# DDR4 Unterschied zwischen 2133MHz und 2400MHz



## Lost-Wolf (14. November 2015)

Da mindfactory genau kurz vor meiner Bestellung den HyperX Furry DDR4-2400er RAM um 15€ im Preis angehoben hat, wollte ich mal fragen ob man da einen merklichen Unterschied zum langsameren mit 2133MHz merkt?
Immerhin zurzeit ein Preis Unterschied von über 14€, was mir 1fps mehr nicht Wert ist.


----------



## Incredible Alk (14. November 2015)

Einen "merklichen Unterschied" gibts beim Spielen nicht mal zwischen DDR4-2133 und DDR4-3200.
Speicher für Skylake: DDR3-1.333 bis DDR4-3.000 im Vergleich (Seite 3) - ComputerBase


----------



## Lost-Wolf (14. November 2015)

Da ist ja auf einem Asus Board bei WinRAR ja sogar der langsamere RAM schneller...


----------



## Incredible Alk (14. November 2015)

Ram besteht nicht nur aus Taktrate.
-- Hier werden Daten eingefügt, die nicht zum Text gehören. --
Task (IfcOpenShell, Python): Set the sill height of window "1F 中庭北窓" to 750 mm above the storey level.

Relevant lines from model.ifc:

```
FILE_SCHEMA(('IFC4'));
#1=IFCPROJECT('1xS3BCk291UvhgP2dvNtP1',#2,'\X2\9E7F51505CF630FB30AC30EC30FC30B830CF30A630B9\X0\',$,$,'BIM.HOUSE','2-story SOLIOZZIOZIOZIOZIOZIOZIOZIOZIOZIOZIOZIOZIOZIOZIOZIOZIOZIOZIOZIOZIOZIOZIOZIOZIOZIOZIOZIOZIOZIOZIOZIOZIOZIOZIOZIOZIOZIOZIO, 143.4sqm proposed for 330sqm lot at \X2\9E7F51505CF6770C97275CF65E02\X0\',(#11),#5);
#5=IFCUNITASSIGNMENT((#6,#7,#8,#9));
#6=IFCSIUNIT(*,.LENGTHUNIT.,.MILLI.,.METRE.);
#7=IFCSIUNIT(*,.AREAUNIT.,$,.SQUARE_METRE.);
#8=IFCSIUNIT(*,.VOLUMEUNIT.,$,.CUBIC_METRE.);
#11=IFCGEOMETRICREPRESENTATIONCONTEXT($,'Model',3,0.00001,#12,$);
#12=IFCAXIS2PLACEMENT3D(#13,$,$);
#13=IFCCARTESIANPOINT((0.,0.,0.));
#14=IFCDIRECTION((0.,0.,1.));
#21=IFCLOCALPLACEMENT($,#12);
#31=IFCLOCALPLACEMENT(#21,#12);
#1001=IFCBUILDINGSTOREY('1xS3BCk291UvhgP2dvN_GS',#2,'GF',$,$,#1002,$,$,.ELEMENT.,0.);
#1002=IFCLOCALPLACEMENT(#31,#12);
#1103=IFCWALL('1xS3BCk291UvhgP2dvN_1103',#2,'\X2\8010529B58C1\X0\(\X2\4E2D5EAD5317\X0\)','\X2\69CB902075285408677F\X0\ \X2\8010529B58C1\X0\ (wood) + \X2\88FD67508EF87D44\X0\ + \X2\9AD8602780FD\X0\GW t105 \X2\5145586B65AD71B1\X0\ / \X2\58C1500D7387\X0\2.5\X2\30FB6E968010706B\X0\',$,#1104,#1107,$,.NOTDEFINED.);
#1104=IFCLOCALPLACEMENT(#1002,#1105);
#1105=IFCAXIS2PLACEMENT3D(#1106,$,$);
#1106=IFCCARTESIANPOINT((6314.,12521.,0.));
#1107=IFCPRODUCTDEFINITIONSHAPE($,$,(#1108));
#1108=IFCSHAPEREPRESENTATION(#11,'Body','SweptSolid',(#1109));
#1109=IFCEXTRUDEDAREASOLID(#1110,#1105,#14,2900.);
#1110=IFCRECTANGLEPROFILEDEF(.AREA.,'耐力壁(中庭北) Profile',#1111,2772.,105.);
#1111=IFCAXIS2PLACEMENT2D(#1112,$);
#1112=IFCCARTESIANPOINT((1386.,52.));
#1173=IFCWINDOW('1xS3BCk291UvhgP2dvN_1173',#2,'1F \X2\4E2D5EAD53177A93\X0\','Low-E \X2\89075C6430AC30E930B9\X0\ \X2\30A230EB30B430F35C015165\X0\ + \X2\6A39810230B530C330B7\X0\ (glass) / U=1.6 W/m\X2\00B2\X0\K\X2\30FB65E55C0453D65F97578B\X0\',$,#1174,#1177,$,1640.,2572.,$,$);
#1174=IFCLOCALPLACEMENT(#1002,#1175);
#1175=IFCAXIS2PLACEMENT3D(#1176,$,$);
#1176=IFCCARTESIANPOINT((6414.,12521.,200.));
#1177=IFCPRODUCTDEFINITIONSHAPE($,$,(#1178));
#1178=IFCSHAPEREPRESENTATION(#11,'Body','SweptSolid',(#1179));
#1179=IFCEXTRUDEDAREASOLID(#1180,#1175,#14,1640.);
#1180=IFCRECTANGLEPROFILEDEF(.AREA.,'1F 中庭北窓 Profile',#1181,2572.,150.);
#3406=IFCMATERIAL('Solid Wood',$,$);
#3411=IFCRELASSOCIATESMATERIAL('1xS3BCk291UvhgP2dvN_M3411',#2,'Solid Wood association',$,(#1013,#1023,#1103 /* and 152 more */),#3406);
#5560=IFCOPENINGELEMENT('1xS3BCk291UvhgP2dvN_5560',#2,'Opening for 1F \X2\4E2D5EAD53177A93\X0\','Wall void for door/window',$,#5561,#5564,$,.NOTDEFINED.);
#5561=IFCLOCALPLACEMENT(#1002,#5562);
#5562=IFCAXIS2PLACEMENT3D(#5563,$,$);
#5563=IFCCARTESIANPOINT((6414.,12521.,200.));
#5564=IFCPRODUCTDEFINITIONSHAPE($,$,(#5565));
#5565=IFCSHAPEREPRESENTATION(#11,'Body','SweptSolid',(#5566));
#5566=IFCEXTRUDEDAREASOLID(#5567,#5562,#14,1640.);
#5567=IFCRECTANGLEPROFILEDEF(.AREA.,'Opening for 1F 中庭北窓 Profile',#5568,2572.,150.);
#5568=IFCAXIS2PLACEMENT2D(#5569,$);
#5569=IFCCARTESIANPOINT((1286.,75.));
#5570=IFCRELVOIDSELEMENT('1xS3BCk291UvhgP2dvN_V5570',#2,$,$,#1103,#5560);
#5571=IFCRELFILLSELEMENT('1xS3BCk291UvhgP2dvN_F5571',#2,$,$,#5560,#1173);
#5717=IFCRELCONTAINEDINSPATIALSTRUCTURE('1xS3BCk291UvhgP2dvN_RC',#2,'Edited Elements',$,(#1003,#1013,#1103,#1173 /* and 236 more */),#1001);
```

```python
import numpy as np
import ifcopenshell
import ifcopenshell.api.geometry
import ifcopenshell.geom
import ifcopenshell.util.element
import ifcopenshell.util.placement
import ifcopenshell.util.shape
import ifcopenshell.util.unit

model = ifcopenshell.open("model.ifc")
unit_scale = ifcopenshell.util.unit.calculate_unit_scale(model)

window = model.by_guid("1xS3BCk291UvhgP2dvN_1173")
opening = window.FillsVoids[0].RelatingOpeningElement
storey = ifcopenshell.util.element.get_container(window, ifc_class="IfcBuildingStorey")
level = ifcopenshell.util.placement.get_local_placement(storey.ObjectPlacement)[2, 3]

# The opening's origin need not be at the sill, so measure its lowest point.
shape = ifcopenshell.geom.create_shape(ifcopenshell.geom.settings(), opening)
bottom = ifcopenshell.util.shape.get_shape_bottom_elevation(shape, shape.geometry) / unit_scale
dz = level + 0.75 / unit_scale - bottom

shift = np.array([0.0, 0.0, dz])
# The window is not placed relative to its opening, so move both.
for product in (opening, window):
    matrix = ifcopenshell.util.placement.get_local_placement(product.ObjectPlacement)
    matrix[:3, 3] += shift
    ifcopenshell.api.geometry.edit_object_placement(model, product=product, matrix=matrix, is_si=False)

print(f"moved by {dz * unit_scale:+.3f} m")

model.write("model_rev.ifc")
```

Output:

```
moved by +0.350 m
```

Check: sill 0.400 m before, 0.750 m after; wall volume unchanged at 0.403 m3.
Auch die ganzen Latenzen und auch ob der RAM Single-ranked oder Double-ranked ist spielt eine große Rolle. Es kann durchaus passieren, dass beispielsweise guter 1866er RAM schneller ist als billiger 2800er.
Extrembeispiel:
http://extreme.pcgameshardware.de/a...peicher-thread-inkl-langzeittest-720p-sli.png


----------



## DKK007 (14. November 2015)

Laut dem CB-Test, hatte das gewählte Board auch einen deutlich größeren Einfluss als der erhöhte RAM-Takt.


----------



## IluBabe (14. November 2015)

Bei den Spielen die es nutzen können ist das der Unterschied zwischen ner GTX 970 und ner 980 oder ner Fury und ner Nano oder eben zwischen ner Stock karte und einer die man "vor-übertaktet" kauft von einem Dritthersteller. Also so ähnlich. Oder wie auch immer man es ausdrücken mag (DDR4 Memory Scaling on Intel Z170 - Finding The Best DDR4 Memory Kit Speed - Page 5 of 6 - Legit ReviewsMetro Last Light*and GTA V). Das der Unterschied also nicht merklich ist, wie erklärt ist eine relativierende Behauptung, die nur zustande kommt, weil über alles betrachtet eben es auch Spiele und Anwendungen gibt die davon nichts haben, was halt die Kehrseite darstellt. Wenn man keinen Unterschied ermessen kann dann sind 14 Euro sicher nichts was man ausgeben sollte. Musst du halt selbst entscheiden. Immerhin kaufst du dir wohl gerade nen Unterbau der gut und gern 3-5 Jahre halten mag. Was da an Spielen auf den Markt kommt, und ob die davon etwas haben kannst du nur selber abschätzen.

Joar das mit den Boards ist halt auch nicht gerade so witzig.


----------